Монархи выпрямились, и королева вынесла своё решение. И действительно, впоследствии нашёлся соответствующий закон. Репутация Изабеллы как правоведа значительно выросла среди учёных мужей-юристов, которые даже не могли представить себе, что она действовала чисто интуитивно, проявив простой здравый смысл.
Королевские аудиенции были успешны и популярны ещё и потому, что жители Андалусии жаждали порядка в их крае. Феодальные властители не могли его навести, и только монархи хотели его установления; поэтому люди и стремились им помочь. Так же как и Санта Хермандад, аудиенции принесли свои положительные результаты, потому что население их поддержало.
Как и в случае с Санта Хермандад, королевские суды оказались жестокими. Решения Изабеллы соответствовали законам, но эти законы часто карали смертью. Палачи уставали от казней; стрелы Хермандада пронзали тела сотни разбойников.
— Вот так и нужно править, — говорил Фердинанд. — Если бы только нам не приходилось тратить на это так много времени. Ты должна передать кому-то своё право на принятие решений.
— Это будет не одно и то же.
— Но так поставлено в Арагоне. Мои инквизиторы выполняют свою работу и несут за это ответственность. А все заслуги принадлежат мне.
— Нас не будут порицать за то, что мы наказываем преступников. — Пятницы, проведённые в зале Стражников, оказались необыкновенно поучительными в плане изучения человеческой порочности. Изабелла узнала о многих вещах, в существование которых и не подозревала. — Фердинанд, я думала, что только в аду может существовать такое зло, как в Севилье. Я хочу очистить этот город от грязи.

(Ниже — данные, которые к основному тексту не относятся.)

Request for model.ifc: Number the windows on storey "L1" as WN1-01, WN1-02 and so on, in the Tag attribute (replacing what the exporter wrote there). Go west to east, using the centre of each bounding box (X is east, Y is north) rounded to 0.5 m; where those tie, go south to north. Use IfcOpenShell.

First a look at what the model holds.

```python
import ifcopenshell
import ifcopenshell.util.element
import ifcopenshell.util.placement

model = ifcopenshell.open("model.ifc")
print(model.schema)
storey = next(s for s in model.by_type("IfcBuildingStorey") if s.Name == "L1")
windows = [e for e in ifcopenshell.util.element.get_decomposition(storey) if e.is_a("IfcWindow")]
for e in sorted(windows, key=lambda e: e.id()):
    origin = ifcopenshell.util.placement.get_local_placement(e.ObjectPlacement)[:3, 3]
    print(e.id(), e.Tag, e.Name, origin.round(2) + 0.0, sep=" | ")
```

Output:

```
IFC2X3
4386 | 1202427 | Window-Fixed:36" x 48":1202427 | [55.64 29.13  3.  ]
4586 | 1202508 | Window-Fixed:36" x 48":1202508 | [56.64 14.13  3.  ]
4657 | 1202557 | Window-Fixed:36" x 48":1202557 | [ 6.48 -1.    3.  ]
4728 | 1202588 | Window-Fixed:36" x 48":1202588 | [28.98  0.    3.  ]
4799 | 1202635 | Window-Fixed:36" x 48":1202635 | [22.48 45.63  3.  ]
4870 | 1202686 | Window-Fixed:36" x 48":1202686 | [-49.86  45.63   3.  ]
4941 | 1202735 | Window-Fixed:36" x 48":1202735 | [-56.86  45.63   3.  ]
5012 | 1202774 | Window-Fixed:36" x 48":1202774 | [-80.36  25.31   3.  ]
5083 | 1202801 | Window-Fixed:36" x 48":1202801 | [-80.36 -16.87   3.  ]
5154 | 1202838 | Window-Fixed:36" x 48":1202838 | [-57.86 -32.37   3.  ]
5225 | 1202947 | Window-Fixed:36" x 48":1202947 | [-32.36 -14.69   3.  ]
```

```python
import ifcopenshell
import ifcopenshell.geom
import ifcopenshell.util.element
import ifcopenshell.util.shape

model = ifcopenshell.open("model.ifc")
settings = ifcopenshell.geom.settings()
settings.set("use-world-coords", True)


def centre(element):
    shape = ifcopenshell.geom.create_shape(settings, element)
    return ifcopenshell.util.shape.get_bbox_centroid(shape.geometry)


storey = next(s for s in model.by_type("IfcBuildingStorey") if s.Name == "L1")
windows = [e for e in ifcopenshell.util.element.get_decomposition(storey) if e.is_a("IfcWindow")]

# Insertion points can sit at a corner or the storey origin, so sort by the geometry (in metres).
centres = {e: centre(e) for e in windows}
windows.sort(key=lambda e: (round(centres[e][0] / 0.5), centres[e][1]))

for i, e in enumerate(windows, start=1):
    number = f"WN1-{i:02d}"
    e.Tag = number
    print(e.id(), number)

model.write("model_edited.ifc")
```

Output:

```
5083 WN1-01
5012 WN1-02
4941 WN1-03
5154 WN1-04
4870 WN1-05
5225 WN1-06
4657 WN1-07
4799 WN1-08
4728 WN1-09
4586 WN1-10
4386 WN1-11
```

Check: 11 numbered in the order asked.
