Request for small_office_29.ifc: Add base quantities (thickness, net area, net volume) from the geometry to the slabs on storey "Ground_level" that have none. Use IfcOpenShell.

First a look at what the model holds.

```python
import ifcopenshell
import ifcopenshell.util.element
import ifcopenshell.util.unit

model = ifcopenshell.open("small_office_29.ifc")
print(model.schema)
for unit_type in ("LENGTHUNIT", "AREAUNIT", "VOLUMEUNIT"):
    print(unit_type, ifcopenshell.util.unit.calculate_unit_scale(model, unit_type))
storey = next(s for s in model.by_type("IfcBuildingStorey") if s.Name == "Ground_level")
slabs = [e for e in ifcopenshell.util.element.get_decomposition(storey) if e.is_a("IfcSlab")]
for e in sorted(slabs, key=lambda e: e.id()):
    print(e.id(), e.is_a(), e.Name, list(ifcopenshell.util.element.get_psets(e, qtos_only=True)), sep=" | ")
```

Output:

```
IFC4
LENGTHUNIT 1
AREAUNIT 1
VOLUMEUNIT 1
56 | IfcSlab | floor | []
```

```python
import ifcopenshell
import ifcopenshell.api.pset
import ifcopenshell.geom
import ifcopenshell.util.element
import ifcopenshell.util.shape
import ifcopenshell.util.unit

model = ifcopenshell.open("small_office_29.ifc")
unit_scale = ifcopenshell.util.unit.calculate_unit_scale(model)
area_scale = ifcopenshell.util.unit.calculate_unit_scale(model, "AREAUNIT")
volume_scale = ifcopenshell.util.unit.calculate_unit_scale(model, "VOLUMEUNIT")
settings = ifcopenshell.geom.settings()

storey = next(s for s in model.by_type("IfcBuildingStorey") if s.Name == "Ground_level")
slabs = [e for e in ifcopenshell.util.element.get_decomposition(storey) if e.is_a("IfcSlab")]

for e in sorted(slabs, key=lambda e: e.id()):
    if ifcopenshell.util.element.get_psets(e, qtos_only=True, should_inherit=False):
        continue
    # Geometry comes back in metres, in the element's own axes.
    shape = ifcopenshell.geom.create_shape(settings, e)
    values = {
        "Width": ifcopenshell.util.shape.get_z(shape.geometry) / unit_scale,
        "NetArea": ifcopenshell.util.shape.get_footprint_area(shape.geometry) / area_scale,
        "NetVolume": ifcopenshell.util.shape.get_volume(shape.geometry) / volume_scale,
    }
    qto = ifcopenshell.api.pset.add_qto(model, product=e, name="Qto_SlabBaseQuantities")
    ifcopenshell.api.pset.edit_qto(model, qto=qto, properties=values)
    print(e.id(), {k: round(v, 3) for k, v in values.items()})

model.write("small_office_29_updated.ifc")
```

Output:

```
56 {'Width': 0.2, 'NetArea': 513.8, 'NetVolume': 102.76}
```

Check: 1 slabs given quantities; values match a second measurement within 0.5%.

— Тебе потребуется слишком большая метла, моя сеньора, и придётся пользоваться ею целую вечность. А люди никогда не перестанут быть людьми.
— Да, может быть, ты прав, — тихо произнесла она, глядя на мужа.
Под её взглядом его охватило чувство неловкости.
— Я сказал что-то не то?
— Нет, я только подумала, насколько ты умнее меня.
— Ваше величество, вы хотите слишком многого, — предупредил Изабеллу дон Алонсо де Солис. Он приехал в пурпурном одеянии на светлом андалусском муле со всей обязательной помпой, чтобы нанести ей особый визит. — Только город самого Господа Бога может быть безгрешным, Севилья же находится далеко внизу, у подножия крутой лестницы, ведущей к райскому совершенству. Сотни людей покидают Севилью, опасаясь вашего быстрого и непреклонного правосудия; почти у всех в Андалусии совесть нечиста после столь долгих лет гражданской войны. Я умоляю вас во имя милосердия умерить свою суровость. Этот грешный город получил свой урок.
Изабелла всегда была склонна к компромиссам. Так же внезапно, как она объявила о начале борьбы со злом в Севилье, она теперь объявила всеобщую амнистию за все преступления, совершенные во время феодальных войн. Эти войны наконец-то закончились, потому что она отправила герольдов к герцогу Медине Сидония и к маркизу Кадису, предупреждая их, что хотя оба они и принадлежат к высшей знати, но будут изгнаны из неё, если не помирятся. Чтобы помирить, она пригласила их на бон быков. Ложи обеих, с шёлковыми навесами, украшенные одинаково пышно, расположились рядом.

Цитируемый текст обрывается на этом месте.